> [Work order] Two lines in the data below mark the range: the one with "#83=IFCINDEXEDPOLYGONALFACE((3,4,8,7));" and the one with "#86=IFCPOLYGONALFACESET(#85,$,(#79,#80,#81,#82,#83,#84),$);". Return both, along with every line between them, exactly.

[Collected data]

=== Section Start ===

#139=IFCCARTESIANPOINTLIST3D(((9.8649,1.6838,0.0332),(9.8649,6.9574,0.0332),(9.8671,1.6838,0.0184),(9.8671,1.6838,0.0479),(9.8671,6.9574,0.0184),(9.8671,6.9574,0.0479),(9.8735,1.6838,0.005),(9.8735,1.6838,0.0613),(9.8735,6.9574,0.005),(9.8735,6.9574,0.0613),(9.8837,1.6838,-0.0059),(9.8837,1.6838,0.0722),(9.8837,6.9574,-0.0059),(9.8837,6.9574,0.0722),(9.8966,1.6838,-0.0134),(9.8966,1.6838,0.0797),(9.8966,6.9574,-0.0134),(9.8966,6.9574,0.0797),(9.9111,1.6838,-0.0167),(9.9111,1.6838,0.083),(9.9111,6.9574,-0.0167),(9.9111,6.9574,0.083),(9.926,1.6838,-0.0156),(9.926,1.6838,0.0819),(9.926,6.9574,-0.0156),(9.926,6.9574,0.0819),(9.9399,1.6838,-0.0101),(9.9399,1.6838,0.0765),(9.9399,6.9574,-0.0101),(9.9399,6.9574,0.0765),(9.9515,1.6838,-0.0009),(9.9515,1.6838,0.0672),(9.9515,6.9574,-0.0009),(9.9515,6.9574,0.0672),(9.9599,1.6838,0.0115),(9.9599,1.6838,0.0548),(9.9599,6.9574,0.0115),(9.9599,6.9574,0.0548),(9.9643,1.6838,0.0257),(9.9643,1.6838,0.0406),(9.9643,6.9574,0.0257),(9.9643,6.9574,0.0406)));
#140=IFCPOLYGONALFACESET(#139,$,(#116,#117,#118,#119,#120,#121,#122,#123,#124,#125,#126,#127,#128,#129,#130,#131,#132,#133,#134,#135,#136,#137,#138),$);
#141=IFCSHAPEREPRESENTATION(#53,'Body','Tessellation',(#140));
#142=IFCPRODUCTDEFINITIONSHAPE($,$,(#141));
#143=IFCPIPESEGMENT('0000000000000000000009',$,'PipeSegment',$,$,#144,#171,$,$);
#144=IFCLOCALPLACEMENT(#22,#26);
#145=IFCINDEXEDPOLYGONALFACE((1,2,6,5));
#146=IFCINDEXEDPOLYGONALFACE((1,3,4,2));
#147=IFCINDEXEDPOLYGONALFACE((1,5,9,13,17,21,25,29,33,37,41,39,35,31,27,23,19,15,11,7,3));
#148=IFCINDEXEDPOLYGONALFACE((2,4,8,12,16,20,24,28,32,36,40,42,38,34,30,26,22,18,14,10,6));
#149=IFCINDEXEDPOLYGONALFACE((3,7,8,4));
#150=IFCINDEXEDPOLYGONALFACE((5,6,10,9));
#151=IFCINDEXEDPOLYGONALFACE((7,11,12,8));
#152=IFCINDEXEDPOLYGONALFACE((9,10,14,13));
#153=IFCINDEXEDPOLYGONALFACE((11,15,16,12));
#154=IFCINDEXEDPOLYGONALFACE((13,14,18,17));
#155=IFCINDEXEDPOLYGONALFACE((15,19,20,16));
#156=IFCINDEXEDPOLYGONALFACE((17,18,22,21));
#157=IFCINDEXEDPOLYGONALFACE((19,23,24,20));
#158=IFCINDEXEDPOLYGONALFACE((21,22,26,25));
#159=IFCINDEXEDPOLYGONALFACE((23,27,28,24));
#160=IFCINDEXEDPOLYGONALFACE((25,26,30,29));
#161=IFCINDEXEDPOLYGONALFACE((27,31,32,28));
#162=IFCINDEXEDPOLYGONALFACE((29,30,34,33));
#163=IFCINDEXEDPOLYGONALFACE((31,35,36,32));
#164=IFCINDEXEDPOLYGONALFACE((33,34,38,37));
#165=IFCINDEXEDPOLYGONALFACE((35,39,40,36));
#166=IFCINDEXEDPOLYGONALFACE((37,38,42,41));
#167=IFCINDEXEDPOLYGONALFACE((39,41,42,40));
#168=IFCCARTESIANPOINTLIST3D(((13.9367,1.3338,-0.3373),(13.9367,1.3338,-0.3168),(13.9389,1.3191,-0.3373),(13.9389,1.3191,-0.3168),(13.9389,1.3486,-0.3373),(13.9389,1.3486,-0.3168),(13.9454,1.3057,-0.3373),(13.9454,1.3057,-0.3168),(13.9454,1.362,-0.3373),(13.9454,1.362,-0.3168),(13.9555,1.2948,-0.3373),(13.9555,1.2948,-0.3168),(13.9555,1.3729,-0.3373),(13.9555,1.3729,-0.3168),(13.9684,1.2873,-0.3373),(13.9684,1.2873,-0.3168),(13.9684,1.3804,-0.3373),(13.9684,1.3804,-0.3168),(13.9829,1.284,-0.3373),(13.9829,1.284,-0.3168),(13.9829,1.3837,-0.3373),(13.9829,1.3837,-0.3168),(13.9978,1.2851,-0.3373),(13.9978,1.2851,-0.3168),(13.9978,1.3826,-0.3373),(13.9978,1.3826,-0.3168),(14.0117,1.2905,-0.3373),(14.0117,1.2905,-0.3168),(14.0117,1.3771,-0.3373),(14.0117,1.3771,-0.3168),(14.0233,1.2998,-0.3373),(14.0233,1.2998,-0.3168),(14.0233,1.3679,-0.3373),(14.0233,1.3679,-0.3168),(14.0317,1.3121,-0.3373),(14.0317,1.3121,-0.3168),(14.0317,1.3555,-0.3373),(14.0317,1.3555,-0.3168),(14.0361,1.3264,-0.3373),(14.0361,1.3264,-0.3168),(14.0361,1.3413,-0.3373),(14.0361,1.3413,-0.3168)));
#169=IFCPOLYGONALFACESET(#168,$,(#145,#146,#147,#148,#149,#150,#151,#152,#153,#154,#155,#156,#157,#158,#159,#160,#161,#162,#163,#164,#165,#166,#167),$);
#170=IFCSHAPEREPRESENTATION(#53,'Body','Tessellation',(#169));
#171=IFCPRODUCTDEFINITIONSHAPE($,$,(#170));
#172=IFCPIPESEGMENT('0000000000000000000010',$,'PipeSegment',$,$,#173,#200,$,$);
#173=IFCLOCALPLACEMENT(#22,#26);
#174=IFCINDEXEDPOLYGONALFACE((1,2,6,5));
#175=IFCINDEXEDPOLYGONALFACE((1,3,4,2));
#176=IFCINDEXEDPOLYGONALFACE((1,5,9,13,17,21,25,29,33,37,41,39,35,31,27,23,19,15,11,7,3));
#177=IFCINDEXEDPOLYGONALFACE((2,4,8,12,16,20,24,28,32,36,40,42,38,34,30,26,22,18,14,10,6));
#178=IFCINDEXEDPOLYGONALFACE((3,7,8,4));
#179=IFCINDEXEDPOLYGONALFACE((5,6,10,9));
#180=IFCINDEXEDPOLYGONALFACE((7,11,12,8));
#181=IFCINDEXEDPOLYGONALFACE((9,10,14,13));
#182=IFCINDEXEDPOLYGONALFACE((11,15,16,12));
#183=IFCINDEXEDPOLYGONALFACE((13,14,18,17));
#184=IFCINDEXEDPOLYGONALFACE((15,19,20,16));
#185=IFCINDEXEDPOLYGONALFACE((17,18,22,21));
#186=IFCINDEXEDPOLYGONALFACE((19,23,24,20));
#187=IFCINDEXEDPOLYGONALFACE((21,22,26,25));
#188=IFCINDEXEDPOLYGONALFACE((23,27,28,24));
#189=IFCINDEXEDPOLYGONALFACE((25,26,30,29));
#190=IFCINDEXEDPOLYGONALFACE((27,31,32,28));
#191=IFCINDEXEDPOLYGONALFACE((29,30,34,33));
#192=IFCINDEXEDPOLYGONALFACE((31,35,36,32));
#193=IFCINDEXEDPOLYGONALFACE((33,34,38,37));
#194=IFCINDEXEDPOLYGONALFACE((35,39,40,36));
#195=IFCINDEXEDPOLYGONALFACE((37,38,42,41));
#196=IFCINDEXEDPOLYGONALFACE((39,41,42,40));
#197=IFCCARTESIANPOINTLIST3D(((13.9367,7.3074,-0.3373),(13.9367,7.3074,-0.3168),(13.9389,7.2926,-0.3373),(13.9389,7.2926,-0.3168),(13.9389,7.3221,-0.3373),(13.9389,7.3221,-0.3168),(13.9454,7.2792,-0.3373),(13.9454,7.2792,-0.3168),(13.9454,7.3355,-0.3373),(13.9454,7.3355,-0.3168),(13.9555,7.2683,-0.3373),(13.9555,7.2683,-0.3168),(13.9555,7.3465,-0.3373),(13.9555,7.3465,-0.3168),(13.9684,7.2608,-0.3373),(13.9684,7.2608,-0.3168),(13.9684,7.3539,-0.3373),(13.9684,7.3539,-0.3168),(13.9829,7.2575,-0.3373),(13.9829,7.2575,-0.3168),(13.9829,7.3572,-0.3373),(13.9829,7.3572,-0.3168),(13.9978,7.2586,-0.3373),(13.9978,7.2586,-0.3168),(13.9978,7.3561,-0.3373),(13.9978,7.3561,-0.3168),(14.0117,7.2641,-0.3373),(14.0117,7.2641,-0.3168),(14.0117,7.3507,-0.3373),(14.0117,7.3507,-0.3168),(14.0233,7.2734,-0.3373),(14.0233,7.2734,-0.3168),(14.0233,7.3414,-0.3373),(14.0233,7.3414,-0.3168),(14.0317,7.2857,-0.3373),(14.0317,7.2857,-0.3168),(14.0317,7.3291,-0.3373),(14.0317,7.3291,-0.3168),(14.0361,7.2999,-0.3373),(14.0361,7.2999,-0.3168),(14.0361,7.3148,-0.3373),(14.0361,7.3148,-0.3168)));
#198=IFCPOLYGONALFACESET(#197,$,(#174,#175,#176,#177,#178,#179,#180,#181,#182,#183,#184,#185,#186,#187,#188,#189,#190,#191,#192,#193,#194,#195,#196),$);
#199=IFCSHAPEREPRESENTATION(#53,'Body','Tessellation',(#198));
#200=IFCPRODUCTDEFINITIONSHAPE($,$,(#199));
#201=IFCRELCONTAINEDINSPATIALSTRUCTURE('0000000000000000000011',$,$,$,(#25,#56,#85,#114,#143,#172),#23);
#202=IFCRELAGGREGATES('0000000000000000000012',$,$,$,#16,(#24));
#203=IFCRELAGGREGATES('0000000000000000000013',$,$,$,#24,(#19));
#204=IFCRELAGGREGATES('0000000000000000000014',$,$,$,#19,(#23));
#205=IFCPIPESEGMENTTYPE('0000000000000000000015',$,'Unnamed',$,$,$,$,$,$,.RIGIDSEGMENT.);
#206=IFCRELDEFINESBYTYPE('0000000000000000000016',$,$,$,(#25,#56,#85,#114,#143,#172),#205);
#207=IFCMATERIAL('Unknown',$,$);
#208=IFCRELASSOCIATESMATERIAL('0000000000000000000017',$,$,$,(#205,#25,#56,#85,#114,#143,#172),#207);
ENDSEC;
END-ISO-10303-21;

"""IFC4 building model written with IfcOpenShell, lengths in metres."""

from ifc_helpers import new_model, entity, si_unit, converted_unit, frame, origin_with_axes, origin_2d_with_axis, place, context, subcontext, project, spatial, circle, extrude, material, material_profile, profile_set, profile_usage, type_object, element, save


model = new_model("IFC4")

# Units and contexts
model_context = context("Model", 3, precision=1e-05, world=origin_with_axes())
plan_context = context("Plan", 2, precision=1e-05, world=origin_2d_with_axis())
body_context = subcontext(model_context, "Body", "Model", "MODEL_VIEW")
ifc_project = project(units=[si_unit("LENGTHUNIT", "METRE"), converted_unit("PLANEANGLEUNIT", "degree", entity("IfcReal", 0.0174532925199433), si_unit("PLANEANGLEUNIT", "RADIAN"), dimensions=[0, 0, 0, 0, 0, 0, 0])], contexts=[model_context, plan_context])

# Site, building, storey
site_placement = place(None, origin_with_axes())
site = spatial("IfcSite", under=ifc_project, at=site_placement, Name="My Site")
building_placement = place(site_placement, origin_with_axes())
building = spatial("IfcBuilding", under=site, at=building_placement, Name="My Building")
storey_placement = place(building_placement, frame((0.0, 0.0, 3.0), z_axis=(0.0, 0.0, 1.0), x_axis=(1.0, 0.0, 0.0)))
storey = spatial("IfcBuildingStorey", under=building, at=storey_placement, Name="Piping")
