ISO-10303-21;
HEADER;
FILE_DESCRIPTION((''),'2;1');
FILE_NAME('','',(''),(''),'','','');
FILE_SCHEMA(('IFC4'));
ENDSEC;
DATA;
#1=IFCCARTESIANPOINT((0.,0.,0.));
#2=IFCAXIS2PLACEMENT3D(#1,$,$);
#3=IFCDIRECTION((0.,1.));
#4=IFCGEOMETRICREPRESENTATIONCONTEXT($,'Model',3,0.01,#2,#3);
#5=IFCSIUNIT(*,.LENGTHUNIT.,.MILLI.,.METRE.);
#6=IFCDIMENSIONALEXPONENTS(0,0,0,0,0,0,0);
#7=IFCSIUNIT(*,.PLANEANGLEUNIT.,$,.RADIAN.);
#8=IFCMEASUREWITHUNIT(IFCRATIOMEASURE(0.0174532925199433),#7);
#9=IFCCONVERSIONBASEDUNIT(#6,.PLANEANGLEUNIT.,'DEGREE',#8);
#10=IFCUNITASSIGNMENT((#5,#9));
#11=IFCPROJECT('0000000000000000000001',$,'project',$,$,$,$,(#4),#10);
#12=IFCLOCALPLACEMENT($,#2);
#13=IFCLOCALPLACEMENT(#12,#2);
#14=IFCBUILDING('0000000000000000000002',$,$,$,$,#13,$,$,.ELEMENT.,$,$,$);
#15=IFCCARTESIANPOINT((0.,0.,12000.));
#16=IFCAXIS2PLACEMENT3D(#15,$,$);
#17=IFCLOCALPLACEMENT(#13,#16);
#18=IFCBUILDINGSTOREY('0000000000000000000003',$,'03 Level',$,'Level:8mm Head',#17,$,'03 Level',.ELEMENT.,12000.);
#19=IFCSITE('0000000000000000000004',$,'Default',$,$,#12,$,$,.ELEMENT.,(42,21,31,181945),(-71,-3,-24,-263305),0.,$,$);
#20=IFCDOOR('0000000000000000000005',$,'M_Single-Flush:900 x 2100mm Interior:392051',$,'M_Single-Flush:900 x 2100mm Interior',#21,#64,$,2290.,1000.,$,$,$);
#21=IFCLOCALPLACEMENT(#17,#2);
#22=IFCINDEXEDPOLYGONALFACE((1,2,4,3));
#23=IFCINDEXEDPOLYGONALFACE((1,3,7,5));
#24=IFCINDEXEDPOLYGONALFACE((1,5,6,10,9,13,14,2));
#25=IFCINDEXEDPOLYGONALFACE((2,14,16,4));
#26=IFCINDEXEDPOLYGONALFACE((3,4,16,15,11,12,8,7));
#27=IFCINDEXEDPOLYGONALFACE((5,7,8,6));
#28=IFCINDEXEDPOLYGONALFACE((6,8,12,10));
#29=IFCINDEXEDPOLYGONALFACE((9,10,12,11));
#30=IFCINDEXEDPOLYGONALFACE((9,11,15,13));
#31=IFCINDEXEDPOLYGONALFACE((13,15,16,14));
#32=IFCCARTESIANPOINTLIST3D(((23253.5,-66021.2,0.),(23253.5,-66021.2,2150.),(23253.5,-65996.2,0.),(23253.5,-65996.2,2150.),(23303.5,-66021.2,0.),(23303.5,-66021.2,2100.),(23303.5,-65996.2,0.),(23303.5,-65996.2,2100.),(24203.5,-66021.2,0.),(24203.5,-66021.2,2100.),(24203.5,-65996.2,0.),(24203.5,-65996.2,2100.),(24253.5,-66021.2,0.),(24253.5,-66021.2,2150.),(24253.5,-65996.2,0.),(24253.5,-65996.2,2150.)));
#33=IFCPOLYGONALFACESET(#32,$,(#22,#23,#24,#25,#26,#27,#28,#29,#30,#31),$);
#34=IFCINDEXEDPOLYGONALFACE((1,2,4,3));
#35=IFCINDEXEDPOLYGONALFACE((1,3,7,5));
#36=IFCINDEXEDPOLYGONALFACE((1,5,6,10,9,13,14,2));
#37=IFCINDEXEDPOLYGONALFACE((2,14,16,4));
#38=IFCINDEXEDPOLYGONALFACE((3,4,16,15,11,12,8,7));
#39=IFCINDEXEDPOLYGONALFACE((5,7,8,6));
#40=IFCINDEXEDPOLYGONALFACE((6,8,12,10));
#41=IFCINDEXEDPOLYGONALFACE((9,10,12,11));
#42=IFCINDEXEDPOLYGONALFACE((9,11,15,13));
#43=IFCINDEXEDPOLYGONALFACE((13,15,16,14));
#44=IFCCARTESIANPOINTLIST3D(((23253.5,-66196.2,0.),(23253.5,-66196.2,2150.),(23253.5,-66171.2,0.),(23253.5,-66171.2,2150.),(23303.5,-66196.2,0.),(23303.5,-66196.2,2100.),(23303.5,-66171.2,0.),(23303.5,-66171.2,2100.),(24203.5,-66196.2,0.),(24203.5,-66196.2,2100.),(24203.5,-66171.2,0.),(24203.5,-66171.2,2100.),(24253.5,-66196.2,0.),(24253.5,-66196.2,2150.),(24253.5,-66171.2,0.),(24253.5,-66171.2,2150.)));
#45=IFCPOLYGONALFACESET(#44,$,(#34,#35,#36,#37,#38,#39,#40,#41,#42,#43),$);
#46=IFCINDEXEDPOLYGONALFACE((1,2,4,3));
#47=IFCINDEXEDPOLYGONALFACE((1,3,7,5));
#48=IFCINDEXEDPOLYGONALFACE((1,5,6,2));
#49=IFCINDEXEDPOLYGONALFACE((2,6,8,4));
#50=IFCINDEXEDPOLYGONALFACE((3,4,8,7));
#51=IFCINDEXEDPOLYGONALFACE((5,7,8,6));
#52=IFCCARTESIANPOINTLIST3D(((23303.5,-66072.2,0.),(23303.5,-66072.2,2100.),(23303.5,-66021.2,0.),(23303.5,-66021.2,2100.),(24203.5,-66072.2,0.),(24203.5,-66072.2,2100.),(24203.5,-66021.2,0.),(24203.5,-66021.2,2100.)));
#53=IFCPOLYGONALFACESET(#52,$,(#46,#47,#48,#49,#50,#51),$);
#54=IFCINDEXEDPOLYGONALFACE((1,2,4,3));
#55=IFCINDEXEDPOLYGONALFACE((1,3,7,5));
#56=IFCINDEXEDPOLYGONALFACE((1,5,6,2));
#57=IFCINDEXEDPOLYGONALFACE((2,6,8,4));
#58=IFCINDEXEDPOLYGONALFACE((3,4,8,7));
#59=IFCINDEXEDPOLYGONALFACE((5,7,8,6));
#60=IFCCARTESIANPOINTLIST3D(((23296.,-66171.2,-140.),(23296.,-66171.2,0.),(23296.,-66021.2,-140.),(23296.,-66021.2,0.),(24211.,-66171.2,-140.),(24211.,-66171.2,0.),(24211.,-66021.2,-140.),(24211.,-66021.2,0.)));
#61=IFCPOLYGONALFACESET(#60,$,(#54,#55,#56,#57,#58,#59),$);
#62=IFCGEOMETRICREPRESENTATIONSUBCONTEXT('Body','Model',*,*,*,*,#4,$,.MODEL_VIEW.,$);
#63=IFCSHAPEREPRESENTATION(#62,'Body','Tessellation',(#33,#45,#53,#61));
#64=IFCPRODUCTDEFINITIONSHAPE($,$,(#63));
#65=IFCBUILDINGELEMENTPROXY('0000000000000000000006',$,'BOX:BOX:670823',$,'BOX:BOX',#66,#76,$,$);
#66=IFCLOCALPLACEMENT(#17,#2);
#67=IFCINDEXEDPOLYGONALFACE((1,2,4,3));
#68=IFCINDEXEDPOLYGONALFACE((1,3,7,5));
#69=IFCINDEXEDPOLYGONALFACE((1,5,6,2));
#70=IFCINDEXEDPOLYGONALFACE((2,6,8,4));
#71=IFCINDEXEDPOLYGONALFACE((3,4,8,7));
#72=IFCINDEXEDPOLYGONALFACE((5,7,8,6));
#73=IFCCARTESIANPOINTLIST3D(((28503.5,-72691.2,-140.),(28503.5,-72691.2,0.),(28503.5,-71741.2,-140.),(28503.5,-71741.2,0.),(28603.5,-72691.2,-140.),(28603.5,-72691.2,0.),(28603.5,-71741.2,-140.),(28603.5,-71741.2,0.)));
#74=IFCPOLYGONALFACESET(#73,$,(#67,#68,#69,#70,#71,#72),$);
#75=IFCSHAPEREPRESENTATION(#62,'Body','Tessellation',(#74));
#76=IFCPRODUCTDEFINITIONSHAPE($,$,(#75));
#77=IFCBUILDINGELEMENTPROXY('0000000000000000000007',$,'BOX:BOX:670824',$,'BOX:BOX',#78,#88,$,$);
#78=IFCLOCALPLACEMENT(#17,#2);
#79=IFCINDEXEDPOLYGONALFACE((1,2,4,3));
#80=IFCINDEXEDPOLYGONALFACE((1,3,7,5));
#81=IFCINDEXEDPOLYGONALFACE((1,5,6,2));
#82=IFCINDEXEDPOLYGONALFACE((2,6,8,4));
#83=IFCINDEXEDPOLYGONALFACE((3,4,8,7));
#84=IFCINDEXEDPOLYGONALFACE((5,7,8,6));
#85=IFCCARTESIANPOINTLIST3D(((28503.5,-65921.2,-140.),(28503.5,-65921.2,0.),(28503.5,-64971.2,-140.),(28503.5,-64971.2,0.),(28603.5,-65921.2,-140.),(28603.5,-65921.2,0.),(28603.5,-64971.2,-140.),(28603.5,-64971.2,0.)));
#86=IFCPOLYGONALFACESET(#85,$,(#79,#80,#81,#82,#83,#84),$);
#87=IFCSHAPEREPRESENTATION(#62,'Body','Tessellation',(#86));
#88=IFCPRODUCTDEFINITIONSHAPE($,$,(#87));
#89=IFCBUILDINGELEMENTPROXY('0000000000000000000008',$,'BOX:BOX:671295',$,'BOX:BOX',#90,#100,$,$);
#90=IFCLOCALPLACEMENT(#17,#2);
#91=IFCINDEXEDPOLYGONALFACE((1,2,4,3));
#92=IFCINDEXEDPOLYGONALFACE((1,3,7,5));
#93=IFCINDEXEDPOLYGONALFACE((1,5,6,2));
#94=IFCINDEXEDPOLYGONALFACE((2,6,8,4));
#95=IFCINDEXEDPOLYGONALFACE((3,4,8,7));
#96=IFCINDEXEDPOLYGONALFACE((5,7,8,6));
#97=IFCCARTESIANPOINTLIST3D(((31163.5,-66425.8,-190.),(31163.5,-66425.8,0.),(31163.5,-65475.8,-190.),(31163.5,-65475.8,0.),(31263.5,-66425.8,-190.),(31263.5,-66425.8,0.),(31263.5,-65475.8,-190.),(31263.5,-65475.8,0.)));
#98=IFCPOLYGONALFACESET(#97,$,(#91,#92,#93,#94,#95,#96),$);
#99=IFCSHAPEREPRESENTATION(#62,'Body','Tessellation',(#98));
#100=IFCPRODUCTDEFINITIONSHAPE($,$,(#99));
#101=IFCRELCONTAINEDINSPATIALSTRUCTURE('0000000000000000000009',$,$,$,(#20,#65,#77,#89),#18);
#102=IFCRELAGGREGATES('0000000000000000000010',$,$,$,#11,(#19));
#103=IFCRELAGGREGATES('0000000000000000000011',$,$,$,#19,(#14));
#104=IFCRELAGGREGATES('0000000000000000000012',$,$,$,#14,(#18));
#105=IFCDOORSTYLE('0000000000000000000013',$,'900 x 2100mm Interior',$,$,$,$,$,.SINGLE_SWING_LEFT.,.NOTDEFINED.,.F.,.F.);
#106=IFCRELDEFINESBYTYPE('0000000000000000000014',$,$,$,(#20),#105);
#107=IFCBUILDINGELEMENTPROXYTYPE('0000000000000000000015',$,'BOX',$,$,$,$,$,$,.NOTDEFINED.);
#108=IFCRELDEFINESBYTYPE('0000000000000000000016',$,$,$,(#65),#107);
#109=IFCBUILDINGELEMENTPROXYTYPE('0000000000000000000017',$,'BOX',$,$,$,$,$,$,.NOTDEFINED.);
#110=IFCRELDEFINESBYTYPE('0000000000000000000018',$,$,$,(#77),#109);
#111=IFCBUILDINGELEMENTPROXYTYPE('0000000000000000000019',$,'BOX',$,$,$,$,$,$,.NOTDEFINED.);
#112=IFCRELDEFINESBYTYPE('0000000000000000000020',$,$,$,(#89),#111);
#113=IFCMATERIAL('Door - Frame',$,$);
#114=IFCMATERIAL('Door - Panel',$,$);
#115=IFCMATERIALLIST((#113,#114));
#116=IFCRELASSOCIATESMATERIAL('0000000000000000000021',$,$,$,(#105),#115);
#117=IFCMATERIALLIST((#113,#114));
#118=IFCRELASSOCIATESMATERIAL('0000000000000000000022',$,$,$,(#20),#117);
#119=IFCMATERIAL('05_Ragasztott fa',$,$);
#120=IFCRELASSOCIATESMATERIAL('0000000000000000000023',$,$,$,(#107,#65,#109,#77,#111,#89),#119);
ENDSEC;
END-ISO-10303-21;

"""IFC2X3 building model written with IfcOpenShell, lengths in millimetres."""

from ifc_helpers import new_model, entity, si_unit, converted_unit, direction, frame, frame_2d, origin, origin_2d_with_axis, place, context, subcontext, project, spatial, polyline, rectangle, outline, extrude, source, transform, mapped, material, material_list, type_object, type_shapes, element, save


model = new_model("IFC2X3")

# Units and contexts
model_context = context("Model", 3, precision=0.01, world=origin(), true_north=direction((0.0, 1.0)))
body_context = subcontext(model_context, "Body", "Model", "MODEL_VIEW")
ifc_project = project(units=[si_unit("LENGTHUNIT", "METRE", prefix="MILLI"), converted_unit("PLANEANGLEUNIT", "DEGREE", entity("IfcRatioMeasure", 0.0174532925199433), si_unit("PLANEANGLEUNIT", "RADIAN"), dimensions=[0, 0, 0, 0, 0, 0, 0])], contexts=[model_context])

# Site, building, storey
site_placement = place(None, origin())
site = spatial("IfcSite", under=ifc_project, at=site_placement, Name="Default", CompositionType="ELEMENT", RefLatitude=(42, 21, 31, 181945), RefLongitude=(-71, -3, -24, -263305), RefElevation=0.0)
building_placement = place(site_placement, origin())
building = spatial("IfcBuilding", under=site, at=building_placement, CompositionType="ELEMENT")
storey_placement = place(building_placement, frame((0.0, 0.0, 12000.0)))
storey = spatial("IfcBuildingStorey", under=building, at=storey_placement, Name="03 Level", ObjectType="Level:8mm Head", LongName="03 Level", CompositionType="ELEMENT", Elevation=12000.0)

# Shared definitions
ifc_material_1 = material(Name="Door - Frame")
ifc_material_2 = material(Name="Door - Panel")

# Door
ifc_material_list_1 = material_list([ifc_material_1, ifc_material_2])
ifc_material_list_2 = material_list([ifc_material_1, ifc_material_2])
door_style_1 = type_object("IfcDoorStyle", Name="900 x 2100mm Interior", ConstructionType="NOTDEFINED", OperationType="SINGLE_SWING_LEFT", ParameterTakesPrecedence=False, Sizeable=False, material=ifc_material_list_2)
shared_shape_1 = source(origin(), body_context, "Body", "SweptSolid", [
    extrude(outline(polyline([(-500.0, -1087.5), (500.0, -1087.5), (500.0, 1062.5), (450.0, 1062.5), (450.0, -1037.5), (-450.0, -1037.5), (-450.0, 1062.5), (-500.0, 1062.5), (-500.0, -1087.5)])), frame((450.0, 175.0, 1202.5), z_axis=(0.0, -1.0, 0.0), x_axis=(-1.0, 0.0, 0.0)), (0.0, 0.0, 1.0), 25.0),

=== Section End ===

> [Output]
#83=IFCINDEXEDPOLYGONALFACE((3,4,8,7));
#84=IFCINDEXEDPOLYGONALFACE((5,7,8,6));
#85=IFCCARTESIANPOINTLIST3D(((28503.5,-65921.2,-140.),(28503.5,-65921.2,0.),(28503.5,-64971.2,-140.),(28503.5,-64971.2,0.),(28603.5,-65921.2,-140.),(28603.5,-65921.2,0.),(28603.5,-64971.2,-140.),(28603.5,-64971.2,0.)));
#86=IFCPOLYGONALFACESET(#85,$,(#79,#80,#81,#82,#83,#84),$);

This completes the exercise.